EXERCISE DIRECTIONS: Report each line of the records below that holds the word "AREAUNIT".
================================
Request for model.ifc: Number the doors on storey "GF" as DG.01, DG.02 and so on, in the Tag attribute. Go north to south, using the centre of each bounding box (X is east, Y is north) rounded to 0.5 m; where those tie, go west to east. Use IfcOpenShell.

First a look at what the model holds.

```python
import ifcopenshell
import ifcopenshell.util.element
import ifcopenshell.util.placement

model = ifcopenshell.open("model.ifc")
print(model.schema)
storey = next(s for s in model.by_type("IfcBuildingStorey") if s.Name == "GF")
doors = [e for e in ifcopenshell.util.element.get_decomposition(storey) if e.is_a("IfcDoor")]
for e in sorted(doors, key=lambda e: e.id()):
    origin = ifcopenshell.util.placement.get_local_placement(e.ObjectPlacement)[:3, 3]
    print(e.id(), e.Tag, e.Name, origin.round(2) + 0.0, sep=" | ")
```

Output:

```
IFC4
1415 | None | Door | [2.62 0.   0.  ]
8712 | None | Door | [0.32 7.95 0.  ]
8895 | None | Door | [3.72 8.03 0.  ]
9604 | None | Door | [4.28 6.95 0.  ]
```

```python
import ifcopenshell
import ifcopenshell.geom
import ifcopenshell.util.element
import ifcopenshell.util.shape

model = ifcopenshell.open("model.ifc")
settings = ifcopenshell.geom.settings()
settings.set("use-world-coords", True)


def centre(element):
    shape = ifcopenshell.geom.create_shape(settings, element)
    return ifcopenshell.util.shape.get_bbox_centroid(shape.geometry)


storey = next(s for s in model.by_type("IfcBuildingStorey") if s.Name == "GF")
doors = [e for e in ifcopenshell.util.element.get_decomposition(storey) if e.is_a("IfcDoor")]

# Insertion points can sit at a corner or the storey origin, so sort by the geometry (in metres).
centres = {e: centre(e) for e in doors}
doors.sort(key=lambda e: (-round(centres[e][1] / 0.5), centres[e][0]))

for i, e in enumerate(doors, start=1):
    number = f"DG.{i:02d}"
    e.Tag = number
    print(e.id(), number)

model.write("model_rev.ifc")
```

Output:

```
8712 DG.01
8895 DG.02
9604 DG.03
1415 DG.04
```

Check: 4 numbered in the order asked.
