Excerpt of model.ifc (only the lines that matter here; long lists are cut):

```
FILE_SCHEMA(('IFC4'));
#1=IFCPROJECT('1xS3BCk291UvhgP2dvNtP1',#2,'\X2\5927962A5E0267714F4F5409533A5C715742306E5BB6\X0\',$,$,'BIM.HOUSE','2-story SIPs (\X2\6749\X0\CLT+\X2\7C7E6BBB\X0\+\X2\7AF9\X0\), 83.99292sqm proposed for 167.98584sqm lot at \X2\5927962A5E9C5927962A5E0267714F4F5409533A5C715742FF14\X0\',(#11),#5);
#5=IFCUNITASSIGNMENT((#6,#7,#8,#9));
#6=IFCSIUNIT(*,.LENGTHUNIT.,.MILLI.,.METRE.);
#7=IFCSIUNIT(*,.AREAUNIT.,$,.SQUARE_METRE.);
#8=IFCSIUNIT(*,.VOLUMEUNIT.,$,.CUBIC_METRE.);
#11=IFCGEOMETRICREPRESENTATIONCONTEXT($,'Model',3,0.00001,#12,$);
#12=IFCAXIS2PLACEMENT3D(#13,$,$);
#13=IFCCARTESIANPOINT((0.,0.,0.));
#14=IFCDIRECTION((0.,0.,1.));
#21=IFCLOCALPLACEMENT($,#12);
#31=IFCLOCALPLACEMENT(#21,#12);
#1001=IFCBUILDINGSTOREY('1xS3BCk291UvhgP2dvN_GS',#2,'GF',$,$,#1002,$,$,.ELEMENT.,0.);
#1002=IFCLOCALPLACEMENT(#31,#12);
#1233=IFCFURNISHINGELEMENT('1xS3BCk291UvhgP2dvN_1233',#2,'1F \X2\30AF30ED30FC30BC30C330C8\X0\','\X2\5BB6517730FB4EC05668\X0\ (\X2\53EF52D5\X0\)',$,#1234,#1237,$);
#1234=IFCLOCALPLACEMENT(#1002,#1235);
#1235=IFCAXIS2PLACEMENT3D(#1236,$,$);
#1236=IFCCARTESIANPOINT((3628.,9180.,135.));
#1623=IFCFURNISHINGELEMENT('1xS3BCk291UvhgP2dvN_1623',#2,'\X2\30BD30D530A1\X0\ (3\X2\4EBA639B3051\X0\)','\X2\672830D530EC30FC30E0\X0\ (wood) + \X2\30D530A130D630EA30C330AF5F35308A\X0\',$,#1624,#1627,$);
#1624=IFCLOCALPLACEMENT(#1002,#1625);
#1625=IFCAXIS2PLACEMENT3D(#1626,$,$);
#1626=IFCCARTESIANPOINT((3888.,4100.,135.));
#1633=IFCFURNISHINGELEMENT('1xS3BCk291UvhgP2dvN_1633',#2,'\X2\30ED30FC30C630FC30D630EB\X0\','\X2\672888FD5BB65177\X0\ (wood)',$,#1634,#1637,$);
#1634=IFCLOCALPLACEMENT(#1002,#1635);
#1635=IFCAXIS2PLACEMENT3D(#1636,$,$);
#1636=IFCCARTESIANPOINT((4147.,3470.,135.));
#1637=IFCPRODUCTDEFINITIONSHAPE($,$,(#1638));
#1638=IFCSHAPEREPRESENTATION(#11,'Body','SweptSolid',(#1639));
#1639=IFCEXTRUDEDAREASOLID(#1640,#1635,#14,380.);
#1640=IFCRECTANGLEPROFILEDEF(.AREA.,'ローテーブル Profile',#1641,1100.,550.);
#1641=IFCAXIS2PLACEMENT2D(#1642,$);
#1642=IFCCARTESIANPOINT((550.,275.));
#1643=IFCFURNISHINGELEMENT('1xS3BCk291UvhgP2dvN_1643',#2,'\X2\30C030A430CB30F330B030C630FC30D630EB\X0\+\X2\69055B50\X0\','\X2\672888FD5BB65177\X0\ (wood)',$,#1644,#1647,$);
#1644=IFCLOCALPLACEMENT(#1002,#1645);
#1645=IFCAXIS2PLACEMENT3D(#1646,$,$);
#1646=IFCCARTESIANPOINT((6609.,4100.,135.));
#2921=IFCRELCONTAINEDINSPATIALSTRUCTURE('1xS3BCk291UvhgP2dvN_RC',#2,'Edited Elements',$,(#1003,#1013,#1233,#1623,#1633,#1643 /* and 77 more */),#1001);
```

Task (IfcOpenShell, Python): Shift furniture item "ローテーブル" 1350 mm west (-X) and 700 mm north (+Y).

```python
import ifcopenshell
import ifcopenshell.api.geometry
import ifcopenshell.util.placement

model = ifcopenshell.open("model.ifc")

item = model.by_guid("1xS3BCk291UvhgP2dvN_1633")
matrix = ifcopenshell.util.placement.get_local_placement(item.ObjectPlacement)
matrix[0, 3] -= 1350.0
matrix[1, 3] += 700.0
ifcopenshell.api.geometry.edit_object_placement(model, product=item, matrix=matrix, is_si=False)

print(ifcopenshell.util.placement.get_local_placement(item.ObjectPlacement).round(3) + 0.0)

model.write("model-out.ifc")
```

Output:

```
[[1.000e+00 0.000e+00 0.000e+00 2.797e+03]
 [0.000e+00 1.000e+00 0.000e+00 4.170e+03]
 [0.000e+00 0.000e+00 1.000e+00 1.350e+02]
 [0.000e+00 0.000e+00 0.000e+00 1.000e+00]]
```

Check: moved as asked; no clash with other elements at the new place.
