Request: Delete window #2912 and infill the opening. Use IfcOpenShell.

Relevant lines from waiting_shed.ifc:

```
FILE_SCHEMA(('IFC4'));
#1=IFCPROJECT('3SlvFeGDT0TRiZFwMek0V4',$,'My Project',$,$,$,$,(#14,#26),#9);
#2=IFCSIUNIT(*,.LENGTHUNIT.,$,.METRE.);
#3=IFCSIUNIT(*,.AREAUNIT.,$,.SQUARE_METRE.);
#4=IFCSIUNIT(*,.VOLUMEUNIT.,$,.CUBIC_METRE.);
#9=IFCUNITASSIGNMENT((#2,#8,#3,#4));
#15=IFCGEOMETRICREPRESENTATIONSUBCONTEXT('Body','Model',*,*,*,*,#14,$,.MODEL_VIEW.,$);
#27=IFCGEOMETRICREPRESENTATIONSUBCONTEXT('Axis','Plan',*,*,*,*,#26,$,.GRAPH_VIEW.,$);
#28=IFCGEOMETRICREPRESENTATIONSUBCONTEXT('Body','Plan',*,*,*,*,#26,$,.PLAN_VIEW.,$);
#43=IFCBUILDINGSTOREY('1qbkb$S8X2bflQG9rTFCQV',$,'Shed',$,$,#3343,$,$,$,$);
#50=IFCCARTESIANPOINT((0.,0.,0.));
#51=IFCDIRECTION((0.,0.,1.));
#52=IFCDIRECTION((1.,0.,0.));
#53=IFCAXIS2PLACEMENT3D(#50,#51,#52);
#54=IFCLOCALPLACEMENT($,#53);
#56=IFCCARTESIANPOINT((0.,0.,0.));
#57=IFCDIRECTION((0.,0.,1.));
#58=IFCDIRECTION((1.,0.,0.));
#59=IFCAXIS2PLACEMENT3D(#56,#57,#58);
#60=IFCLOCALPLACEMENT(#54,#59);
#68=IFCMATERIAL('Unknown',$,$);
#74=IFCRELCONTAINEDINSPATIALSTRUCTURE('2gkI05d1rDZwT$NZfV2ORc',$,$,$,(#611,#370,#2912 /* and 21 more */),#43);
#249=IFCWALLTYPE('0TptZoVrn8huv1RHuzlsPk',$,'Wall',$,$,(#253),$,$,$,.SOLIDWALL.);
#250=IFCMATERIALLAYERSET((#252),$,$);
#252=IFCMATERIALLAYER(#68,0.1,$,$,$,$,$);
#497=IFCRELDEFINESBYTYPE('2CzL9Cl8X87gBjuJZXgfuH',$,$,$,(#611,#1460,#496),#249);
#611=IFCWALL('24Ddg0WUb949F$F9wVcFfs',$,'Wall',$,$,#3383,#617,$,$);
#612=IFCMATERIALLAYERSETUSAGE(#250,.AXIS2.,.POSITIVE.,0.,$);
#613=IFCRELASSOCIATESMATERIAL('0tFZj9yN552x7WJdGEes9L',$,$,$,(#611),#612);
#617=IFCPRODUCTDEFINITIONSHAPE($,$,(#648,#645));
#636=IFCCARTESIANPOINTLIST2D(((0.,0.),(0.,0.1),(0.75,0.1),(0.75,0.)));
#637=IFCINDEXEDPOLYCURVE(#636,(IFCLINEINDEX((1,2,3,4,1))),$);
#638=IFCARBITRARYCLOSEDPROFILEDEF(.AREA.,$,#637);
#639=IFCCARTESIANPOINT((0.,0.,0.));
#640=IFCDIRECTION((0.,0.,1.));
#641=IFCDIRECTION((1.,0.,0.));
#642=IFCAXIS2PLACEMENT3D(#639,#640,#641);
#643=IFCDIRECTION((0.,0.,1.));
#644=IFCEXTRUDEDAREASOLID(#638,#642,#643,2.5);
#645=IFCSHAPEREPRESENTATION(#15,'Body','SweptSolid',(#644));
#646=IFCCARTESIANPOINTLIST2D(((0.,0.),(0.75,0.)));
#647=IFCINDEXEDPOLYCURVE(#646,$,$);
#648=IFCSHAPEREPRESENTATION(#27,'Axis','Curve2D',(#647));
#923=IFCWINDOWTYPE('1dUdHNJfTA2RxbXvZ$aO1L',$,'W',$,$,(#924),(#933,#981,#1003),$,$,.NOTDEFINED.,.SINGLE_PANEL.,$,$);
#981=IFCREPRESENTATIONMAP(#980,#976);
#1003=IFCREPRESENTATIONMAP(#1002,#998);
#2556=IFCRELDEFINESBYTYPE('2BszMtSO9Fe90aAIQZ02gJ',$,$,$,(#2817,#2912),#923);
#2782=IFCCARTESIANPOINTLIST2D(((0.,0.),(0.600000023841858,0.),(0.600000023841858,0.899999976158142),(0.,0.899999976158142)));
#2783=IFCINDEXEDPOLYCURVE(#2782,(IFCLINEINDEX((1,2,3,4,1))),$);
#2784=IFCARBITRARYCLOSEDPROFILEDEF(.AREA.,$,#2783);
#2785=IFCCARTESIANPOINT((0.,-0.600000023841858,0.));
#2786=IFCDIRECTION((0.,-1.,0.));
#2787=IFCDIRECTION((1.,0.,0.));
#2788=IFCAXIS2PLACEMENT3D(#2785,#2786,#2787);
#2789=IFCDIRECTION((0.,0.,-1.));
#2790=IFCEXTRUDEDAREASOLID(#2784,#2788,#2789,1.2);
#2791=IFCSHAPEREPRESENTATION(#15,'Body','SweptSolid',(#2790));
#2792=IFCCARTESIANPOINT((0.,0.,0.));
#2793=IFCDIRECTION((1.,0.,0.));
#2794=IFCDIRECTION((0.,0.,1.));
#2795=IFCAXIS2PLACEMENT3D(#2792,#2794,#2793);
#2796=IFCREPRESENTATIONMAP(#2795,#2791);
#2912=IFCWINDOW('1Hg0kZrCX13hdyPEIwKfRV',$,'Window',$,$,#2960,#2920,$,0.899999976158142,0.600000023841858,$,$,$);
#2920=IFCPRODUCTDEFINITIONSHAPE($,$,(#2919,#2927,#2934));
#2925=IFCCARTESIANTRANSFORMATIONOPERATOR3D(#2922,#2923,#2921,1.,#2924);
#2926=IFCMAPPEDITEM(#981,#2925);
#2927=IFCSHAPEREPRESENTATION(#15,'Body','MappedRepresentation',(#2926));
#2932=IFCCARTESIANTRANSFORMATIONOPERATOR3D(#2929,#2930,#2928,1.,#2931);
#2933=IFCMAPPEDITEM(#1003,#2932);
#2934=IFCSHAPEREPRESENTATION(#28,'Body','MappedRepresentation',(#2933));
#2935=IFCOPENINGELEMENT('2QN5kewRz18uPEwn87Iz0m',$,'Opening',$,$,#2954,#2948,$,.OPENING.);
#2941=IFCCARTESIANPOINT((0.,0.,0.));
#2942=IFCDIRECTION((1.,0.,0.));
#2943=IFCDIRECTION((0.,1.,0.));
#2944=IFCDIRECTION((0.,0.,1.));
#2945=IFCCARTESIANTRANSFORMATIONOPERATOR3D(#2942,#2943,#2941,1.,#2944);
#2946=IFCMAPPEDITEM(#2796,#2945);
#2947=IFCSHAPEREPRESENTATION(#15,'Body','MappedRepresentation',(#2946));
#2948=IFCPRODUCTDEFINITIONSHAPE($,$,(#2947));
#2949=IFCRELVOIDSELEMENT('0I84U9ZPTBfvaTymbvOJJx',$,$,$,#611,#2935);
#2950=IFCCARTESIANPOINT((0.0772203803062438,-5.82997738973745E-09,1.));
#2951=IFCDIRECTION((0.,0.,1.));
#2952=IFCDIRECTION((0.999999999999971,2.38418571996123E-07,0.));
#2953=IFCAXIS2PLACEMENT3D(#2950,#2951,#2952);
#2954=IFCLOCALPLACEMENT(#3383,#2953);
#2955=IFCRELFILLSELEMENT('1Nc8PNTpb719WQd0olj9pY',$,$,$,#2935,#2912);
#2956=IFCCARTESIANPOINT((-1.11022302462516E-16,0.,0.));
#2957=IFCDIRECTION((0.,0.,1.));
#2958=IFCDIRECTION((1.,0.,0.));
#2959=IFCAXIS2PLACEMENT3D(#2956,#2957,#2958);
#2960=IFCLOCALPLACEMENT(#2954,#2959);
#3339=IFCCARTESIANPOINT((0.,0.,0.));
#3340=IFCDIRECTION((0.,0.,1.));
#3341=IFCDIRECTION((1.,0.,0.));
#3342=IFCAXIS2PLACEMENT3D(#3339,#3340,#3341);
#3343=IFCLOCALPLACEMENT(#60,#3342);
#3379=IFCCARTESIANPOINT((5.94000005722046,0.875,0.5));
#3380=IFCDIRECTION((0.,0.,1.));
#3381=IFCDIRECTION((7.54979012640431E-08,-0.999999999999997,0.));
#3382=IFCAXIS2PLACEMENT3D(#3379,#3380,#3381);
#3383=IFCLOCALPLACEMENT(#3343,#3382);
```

```python
import ifcopenshell
import ifcopenshell.api.feature
import ifcopenshell.api.root
import ifcopenshell.geom
import ifcopenshell.util.shape

model = ifcopenshell.open("waiting_shed.ifc")
settings = ifcopenshell.geom.settings()


def volume(element):
    """Net volume in cubic metres, openings subtracted."""
    shape = ifcopenshell.geom.create_shape(settings, element)
    return ifcopenshell.util.shape.get_volume(shape.geometry)


window = model.by_guid("1Hg0kZrCX13hdyPEIwKfRV")
opening = window.FillsVoids[0].RelatingOpeningElement
wall = opening.VoidsElements[0].RelatingBuildingElement
before = volume(wall)

ifcopenshell.api.root.remove_product(model, product=window)
ifcopenshell.api.feature.remove_feature(model, feature=opening)

after = volume(wall)

print(f"wall volume {before:.3f} -> {after:.3f} m3")

model.write("waiting_shed_edited.ifc")
```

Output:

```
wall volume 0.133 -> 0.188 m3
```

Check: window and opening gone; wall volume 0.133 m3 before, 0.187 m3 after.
================================
RESPONSE BELOW:
#7=IFCSIUNIT(*,.AREAUNIT.,$,.SQUARE_METRE.);
#3=IFCSIUNIT(*,.AREAUNIT.,$,.SQUARE_METRE.);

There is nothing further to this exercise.